START MATERIAL PROVIDED

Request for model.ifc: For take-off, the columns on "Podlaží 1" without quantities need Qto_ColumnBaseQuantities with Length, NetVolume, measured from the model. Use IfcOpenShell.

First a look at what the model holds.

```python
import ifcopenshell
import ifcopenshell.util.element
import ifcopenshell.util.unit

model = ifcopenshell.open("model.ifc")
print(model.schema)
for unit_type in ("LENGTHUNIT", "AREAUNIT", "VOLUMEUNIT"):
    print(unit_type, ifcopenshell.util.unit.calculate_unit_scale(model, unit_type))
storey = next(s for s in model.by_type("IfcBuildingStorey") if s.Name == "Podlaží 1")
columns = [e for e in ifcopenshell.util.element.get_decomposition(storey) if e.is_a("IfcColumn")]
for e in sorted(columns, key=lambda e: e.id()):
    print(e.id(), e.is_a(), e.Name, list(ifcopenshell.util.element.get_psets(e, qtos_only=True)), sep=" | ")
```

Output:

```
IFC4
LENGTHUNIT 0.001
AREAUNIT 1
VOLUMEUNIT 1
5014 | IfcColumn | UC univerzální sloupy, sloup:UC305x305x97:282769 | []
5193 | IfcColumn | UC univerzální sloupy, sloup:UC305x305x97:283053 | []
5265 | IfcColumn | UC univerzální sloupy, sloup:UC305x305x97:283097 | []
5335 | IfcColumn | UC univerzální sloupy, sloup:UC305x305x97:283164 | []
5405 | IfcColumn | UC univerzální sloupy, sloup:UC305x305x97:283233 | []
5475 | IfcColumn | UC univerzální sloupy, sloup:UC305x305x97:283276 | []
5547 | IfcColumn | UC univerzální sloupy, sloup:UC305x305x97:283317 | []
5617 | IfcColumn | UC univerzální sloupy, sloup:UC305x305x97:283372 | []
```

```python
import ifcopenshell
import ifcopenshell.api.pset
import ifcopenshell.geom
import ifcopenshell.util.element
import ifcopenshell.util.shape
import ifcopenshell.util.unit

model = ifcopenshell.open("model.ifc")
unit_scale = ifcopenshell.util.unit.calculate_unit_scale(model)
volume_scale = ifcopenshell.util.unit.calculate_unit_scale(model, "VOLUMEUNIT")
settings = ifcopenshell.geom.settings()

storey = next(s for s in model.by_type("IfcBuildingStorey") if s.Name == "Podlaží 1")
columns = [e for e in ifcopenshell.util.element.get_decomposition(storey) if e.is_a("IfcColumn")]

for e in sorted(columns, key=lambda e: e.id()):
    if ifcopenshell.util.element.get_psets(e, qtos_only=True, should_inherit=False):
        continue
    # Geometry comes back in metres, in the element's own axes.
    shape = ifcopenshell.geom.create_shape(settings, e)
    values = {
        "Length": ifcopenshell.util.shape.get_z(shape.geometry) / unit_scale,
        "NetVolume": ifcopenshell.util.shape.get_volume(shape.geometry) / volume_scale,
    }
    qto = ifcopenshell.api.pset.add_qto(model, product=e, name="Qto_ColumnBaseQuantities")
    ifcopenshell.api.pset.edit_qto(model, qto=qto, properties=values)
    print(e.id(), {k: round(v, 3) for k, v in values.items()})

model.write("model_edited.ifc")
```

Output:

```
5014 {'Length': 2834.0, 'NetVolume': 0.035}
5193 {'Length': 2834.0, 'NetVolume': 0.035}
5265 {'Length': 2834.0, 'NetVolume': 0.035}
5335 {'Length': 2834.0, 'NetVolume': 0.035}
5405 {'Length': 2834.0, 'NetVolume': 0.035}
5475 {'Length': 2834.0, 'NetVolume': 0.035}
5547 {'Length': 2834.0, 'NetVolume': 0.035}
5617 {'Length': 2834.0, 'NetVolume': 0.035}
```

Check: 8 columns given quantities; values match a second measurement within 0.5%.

END MATERIAL PROVIDED

= TRY IT =
Retype every line of the listing above exactly as given.

= TASK SOLUTION =
Request for model.ifc: For take-off, the columns on "Podlaží 1" without quantities need Qto_ColumnBaseQuantities with Length, NetVolume, measured from the model. Use IfcOpenShell.

First a look at what the model holds.

```python
import ifcopenshell
import ifcopenshell.util.element
import ifcopenshell.util.unit

model = ifcopenshell.open("model.ifc")
print(model.schema)
for unit_type in ("LENGTHUNIT", "AREAUNIT", "VOLUMEUNIT"):
    print(unit_type, ifcopenshell.util.unit.calculate_unit_scale(model, unit_type))
storey = next(s for s in model.by_type("IfcBuildingStorey") if s.Name == "Podlaží 1")
columns = [e for e in ifcopenshell.util.element.get_decomposition(storey) if e.is_a("IfcColumn")]
for e in sorted(columns, key=lambda e: e.id()):
    print(e.id(), e.is_a(), e.Name, list(ifcopenshell.util.element.get_psets(e, qtos_only=True)), sep=" | ")
```

Output:

```
IFC4
LENGTHUNIT 0.001
AREAUNIT 1
VOLUMEUNIT 1
5014 | IfcColumn | UC univerzální sloupy, sloup:UC305x305x97:282769 | []
5193 | IfcColumn | UC univerzální sloupy, sloup:UC305x305x97:283053 | []
5265 | IfcColumn | UC univerzální sloupy, sloup:UC305x305x97:283097 | []
5335 | IfcColumn | UC univerzální sloupy, sloup:UC305x305x97:283164 | []
5405 | IfcColumn | UC univerzální sloupy, sloup:UC305x305x97:283233 | []
5475 | IfcColumn | UC univerzální sloupy, sloup:UC305x305x97:283276 | []
5547 | IfcColumn | UC univerzální sloupy, sloup:UC305x305x97:283317 | []
5617 | IfcColumn | UC univerzální sloupy, sloup:UC305x305x97:283372 | []
```

```python
import ifcopenshell
import ifcopenshell.api.pset
import ifcopenshell.geom
import ifcopenshell.util.element
import ifcopenshell.util.shape
import ifcopenshell.util.unit

model = ifcopenshell.open("model.ifc")
unit_scale = ifcopenshell.util.unit.calculate_unit_scale(model)
volume_scale = ifcopenshell.util.unit.calculate_unit_scale(model, "VOLUMEUNIT")
settings = ifcopenshell.geom.settings()

storey = next(s for s in model.by_type("IfcBuildingStorey") if s.Name == "Podlaží 1")
columns = [e for e in ifcopenshell.util.element.get_decomposition(storey) if e.is_a("IfcColumn")]

for e in sorted(columns, key=lambda e: e.id()):
    if ifcopenshell.util.element.get_psets(e, qtos_only=True, should_inherit=False):
        continue
    # Geometry comes back in metres, in the element's own axes.
    shape = ifcopenshell.geom.create_shape(settings, e)
    values = {
        "Length": ifcopenshell.util.shape.get_z(shape.geometry) / unit_scale,
        "NetVolume": ifcopenshell.util.shape.get_volume(shape.geometry) / volume_scale,
    }
    qto = ifcopenshell.api.pset.add_qto(model, product=e, name="Qto_ColumnBaseQuantities")
    ifcopenshell.api.pset.edit_qto(model, qto=qto, properties=values)
    print(e.id(), {k: round(v, 3) for k, v in values.items()})

model.write("model_edited.ifc")
```

Output:

```
5014 {'Length': 2834.0, 'NetVolume': 0.035}
5193 {'Length': 2834.0, 'NetVolume': 0.035}
5265 {'Length': 2834.0, 'NetVolume': 0.035}
5335 {'Length': 2834.0, 'NetVolume': 0.035}
5405 {'Length': 2834.0, 'NetVolume': 0.035}
5475 {'Length': 2834.0, 'NetVolume': 0.035}
5547 {'Length': 2834.0, 'NetVolume': 0.035}
5617 {'Length': 2834.0, 'NetVolume': 0.035}
```

Check: 8 columns given quantities; values match a second measurement within 0.5%.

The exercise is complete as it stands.